I am gifted with the unique talent of perserverance. It is a blessing when completing a tough job. It is a curse when faced with a disaster of gastronomic proportions. A sane, normal person would have given up at this point and settled for one more night of sausage. Instead, fixated on some imaginary recipe I dropped those legs in boiling water to separate them, and then set to carving up the steaming, scalding hot dinosaur wings into manageable sizes by candlelight. My husband, employing the seismic detector that only spouses have, sensed the impending emotional explosion and moved in to help with the frustrating process. Together we lit the pilotless oven and breaded those wings.

The repair truck arrived, and my husband exited to greet him.
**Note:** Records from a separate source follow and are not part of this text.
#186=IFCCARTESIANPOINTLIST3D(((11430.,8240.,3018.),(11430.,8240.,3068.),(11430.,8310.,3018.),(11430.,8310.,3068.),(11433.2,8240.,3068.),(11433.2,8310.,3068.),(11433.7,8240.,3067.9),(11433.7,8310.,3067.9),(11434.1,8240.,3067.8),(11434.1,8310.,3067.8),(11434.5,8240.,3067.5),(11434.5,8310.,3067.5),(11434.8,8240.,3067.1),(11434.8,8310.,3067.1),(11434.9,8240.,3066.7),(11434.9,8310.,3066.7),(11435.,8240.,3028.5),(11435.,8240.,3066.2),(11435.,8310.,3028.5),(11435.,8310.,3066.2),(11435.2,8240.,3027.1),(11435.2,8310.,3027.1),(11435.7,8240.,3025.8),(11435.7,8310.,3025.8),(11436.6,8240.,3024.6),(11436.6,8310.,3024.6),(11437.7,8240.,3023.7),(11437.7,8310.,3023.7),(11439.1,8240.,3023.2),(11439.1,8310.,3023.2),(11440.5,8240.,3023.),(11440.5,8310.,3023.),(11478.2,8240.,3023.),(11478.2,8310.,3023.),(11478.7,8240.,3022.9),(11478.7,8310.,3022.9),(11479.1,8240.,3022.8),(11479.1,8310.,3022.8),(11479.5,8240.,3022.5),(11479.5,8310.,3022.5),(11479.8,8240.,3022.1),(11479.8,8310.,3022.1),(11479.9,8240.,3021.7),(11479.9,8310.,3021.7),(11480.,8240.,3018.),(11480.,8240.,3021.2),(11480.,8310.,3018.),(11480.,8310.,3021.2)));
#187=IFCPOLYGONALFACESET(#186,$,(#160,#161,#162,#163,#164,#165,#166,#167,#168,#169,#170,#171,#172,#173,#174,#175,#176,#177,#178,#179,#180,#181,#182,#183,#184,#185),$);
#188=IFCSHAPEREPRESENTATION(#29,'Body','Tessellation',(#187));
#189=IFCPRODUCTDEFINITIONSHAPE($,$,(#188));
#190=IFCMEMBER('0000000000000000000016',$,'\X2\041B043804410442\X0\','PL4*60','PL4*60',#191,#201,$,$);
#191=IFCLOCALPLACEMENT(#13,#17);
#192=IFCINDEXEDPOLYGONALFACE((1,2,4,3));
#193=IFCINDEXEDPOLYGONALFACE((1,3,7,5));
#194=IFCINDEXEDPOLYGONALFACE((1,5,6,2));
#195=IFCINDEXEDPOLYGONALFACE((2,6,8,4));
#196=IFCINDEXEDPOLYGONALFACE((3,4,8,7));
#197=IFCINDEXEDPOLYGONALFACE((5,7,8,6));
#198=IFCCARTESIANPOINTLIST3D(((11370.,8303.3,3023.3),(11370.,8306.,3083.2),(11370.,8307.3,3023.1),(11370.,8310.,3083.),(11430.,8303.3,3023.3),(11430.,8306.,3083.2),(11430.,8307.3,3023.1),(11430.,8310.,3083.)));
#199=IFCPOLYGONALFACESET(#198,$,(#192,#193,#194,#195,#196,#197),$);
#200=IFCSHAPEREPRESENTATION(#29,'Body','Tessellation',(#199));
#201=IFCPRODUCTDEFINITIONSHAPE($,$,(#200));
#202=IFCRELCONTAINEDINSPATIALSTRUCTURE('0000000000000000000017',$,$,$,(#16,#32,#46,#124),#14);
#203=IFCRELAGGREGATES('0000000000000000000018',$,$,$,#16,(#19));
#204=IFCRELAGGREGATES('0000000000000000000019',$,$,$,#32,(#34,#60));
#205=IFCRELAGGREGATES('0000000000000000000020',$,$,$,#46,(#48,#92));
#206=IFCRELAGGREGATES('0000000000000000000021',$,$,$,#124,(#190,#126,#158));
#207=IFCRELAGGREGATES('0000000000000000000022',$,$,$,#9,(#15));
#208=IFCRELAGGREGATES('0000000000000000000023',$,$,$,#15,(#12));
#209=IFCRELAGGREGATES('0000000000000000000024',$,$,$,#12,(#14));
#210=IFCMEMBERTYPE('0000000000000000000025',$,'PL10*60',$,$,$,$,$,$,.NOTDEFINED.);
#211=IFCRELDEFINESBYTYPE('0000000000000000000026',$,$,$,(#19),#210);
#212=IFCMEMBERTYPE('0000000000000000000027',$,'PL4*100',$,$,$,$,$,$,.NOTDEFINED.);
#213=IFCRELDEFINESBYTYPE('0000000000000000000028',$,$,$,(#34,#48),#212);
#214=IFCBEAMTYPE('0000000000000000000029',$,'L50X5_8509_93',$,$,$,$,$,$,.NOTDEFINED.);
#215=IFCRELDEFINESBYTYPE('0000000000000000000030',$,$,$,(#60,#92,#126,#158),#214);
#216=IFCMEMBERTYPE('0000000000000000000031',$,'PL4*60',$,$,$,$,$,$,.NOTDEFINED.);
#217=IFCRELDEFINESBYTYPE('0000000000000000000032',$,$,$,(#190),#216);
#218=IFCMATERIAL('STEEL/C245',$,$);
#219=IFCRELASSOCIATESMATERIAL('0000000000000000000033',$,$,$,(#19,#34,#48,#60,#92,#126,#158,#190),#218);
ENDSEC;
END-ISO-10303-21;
They relayed shouts from the power post to the doorway, attempting to resolve the problem. It became clear that the problem was somewhere in the line spanning the valley and it would have to wait until daylight.
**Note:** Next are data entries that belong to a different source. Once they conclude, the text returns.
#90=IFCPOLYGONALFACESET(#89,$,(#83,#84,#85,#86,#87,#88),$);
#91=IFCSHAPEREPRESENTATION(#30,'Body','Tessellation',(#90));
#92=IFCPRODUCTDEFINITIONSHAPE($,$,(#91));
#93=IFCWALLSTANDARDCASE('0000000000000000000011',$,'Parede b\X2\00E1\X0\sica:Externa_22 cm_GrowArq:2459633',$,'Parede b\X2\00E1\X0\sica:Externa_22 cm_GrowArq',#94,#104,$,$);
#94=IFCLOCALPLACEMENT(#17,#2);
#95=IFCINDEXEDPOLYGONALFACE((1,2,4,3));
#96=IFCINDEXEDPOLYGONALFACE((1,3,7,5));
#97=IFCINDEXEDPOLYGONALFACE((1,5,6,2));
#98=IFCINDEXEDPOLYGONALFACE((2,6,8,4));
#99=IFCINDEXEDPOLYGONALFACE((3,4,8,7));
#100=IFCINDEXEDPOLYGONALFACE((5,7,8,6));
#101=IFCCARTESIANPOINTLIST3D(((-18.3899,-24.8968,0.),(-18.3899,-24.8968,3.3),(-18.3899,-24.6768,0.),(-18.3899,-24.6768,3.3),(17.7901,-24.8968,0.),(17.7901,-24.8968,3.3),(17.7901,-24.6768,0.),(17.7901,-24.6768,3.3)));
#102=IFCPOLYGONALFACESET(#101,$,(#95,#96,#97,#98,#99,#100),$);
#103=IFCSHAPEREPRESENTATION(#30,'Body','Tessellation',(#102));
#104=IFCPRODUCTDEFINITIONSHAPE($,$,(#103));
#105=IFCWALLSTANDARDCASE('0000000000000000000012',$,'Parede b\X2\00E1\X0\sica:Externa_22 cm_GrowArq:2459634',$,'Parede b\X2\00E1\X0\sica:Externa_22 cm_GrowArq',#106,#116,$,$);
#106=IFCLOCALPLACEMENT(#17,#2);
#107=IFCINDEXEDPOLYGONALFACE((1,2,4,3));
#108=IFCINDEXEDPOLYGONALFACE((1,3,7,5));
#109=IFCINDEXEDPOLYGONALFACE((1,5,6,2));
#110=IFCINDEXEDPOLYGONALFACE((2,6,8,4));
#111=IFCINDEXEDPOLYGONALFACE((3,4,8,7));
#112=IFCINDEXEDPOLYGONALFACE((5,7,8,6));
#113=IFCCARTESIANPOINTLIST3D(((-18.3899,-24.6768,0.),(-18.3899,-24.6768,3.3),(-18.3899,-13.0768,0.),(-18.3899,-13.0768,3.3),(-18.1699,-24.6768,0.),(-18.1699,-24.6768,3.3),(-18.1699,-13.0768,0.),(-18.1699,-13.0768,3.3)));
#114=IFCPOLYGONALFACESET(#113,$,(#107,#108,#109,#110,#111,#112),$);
It soon became clear that checking the “golden” tone of breading would be even harder to do by candlelight than the initial separation of the wings. We waited, and finally decided–swayed by our rumbling tummies–that charred on the wingtips meant that time was up. My husband went back outside to finish talking to the repair man, and I dove into the food. It was 8:30pm; my hunger was narrowing my vision. I poked at it, pried and levered with my fork, struggling to pull some of the tough meat from that wing. Ultimately my base brain and its need for sustenance overrode my social training, and I discarded all forms of delicacy and cavewomaned my teeth into that wing. My husband walked back into the kitchen and gave me a startled glance. “There’s no delicate way to do this,” I justified around a mouthful of meat. He laughed, and grabbed his own piece. “Ok, then. So it got done well enough?” and he moved another candle onto the table. With a sinking feeling in my stomach I realized that there was another reason that the meat might have been tough to pull off the bones, “Yes, I think so….” You see, if checking to see if breading is golden in candlelight is hard, checking to see if the meat is still pink was even harder still. Now in the brighter light of the second candle it looked done, sort of. Who could tell? My primordial hunger vanished.
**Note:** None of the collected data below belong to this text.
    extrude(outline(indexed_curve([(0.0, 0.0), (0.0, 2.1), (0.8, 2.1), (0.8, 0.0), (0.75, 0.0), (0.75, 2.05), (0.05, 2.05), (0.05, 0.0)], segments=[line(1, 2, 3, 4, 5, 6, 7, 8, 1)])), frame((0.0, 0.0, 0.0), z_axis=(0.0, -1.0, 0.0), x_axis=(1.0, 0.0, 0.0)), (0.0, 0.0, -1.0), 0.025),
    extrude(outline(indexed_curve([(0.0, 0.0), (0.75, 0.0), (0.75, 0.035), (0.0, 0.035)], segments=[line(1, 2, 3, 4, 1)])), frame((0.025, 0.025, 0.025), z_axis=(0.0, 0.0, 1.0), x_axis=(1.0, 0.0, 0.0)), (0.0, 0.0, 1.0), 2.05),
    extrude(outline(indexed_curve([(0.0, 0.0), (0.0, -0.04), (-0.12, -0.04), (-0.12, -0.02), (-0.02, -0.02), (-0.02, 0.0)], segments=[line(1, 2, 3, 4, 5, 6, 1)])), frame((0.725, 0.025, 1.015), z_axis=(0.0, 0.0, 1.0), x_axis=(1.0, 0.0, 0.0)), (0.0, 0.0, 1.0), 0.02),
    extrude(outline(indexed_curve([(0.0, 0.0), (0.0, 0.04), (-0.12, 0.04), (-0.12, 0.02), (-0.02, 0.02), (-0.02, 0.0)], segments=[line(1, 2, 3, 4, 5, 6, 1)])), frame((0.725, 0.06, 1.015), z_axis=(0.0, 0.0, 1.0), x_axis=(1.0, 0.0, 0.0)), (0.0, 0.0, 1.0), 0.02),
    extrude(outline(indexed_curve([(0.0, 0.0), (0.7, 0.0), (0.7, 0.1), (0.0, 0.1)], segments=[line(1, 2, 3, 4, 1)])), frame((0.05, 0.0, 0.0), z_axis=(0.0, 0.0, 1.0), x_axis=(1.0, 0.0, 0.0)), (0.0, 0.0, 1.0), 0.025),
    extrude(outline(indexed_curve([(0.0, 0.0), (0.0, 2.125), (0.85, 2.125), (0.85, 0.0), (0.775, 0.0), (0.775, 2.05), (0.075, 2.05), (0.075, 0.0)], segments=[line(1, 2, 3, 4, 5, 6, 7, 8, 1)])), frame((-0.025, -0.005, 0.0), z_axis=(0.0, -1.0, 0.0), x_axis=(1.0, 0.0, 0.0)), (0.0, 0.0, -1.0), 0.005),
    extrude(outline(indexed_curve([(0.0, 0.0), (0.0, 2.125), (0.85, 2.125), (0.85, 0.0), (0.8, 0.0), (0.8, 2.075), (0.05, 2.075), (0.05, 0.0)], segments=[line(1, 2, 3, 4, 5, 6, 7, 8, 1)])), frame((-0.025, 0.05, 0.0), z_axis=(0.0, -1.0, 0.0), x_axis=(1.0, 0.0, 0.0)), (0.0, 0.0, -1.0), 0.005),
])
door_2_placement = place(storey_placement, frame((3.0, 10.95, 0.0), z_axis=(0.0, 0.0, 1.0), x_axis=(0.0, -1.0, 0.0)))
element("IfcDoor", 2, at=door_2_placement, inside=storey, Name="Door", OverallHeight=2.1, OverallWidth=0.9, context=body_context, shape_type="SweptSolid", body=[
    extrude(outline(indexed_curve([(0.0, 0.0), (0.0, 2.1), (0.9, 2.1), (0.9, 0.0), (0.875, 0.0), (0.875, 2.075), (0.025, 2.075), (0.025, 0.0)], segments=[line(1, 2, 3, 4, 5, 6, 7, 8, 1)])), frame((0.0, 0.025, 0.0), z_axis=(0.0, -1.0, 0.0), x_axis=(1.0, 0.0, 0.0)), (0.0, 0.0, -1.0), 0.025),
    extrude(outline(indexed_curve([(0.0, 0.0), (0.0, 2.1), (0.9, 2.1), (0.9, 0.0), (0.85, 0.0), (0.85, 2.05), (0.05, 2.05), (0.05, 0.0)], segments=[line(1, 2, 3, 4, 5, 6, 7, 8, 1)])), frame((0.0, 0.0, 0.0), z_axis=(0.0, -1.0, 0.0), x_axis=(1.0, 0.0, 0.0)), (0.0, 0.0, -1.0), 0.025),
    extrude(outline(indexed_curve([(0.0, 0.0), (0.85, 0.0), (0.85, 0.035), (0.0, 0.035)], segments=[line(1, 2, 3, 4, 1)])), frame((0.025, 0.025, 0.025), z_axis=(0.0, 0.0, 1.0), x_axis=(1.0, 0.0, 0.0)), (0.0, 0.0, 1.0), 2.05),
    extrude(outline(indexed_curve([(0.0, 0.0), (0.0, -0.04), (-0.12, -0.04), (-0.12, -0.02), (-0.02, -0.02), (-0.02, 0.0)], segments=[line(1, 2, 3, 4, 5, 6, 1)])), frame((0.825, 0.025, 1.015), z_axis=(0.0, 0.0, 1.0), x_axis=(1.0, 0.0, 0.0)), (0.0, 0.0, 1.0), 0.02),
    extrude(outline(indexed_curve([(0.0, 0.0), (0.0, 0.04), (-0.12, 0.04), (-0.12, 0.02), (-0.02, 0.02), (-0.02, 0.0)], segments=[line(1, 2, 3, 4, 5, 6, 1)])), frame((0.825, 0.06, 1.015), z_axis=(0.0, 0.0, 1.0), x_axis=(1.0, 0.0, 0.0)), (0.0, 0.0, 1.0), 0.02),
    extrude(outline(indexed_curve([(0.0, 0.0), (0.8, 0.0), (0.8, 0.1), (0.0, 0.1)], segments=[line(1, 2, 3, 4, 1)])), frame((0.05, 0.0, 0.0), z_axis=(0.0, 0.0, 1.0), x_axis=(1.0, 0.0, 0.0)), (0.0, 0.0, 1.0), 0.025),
Francisco entered, outraged that the repair man was unable to solve our problem and dead-set on calling the company to complain. “What’s the phone number?” My husband, much wiser in the ways of the world, jotted the number down for him on a separate piece of paper. Genius.

We served some leftover beans and rice and vegetables onto our plates, and went to bed. The dogs dined happily on dinosaur wings in the moonlight.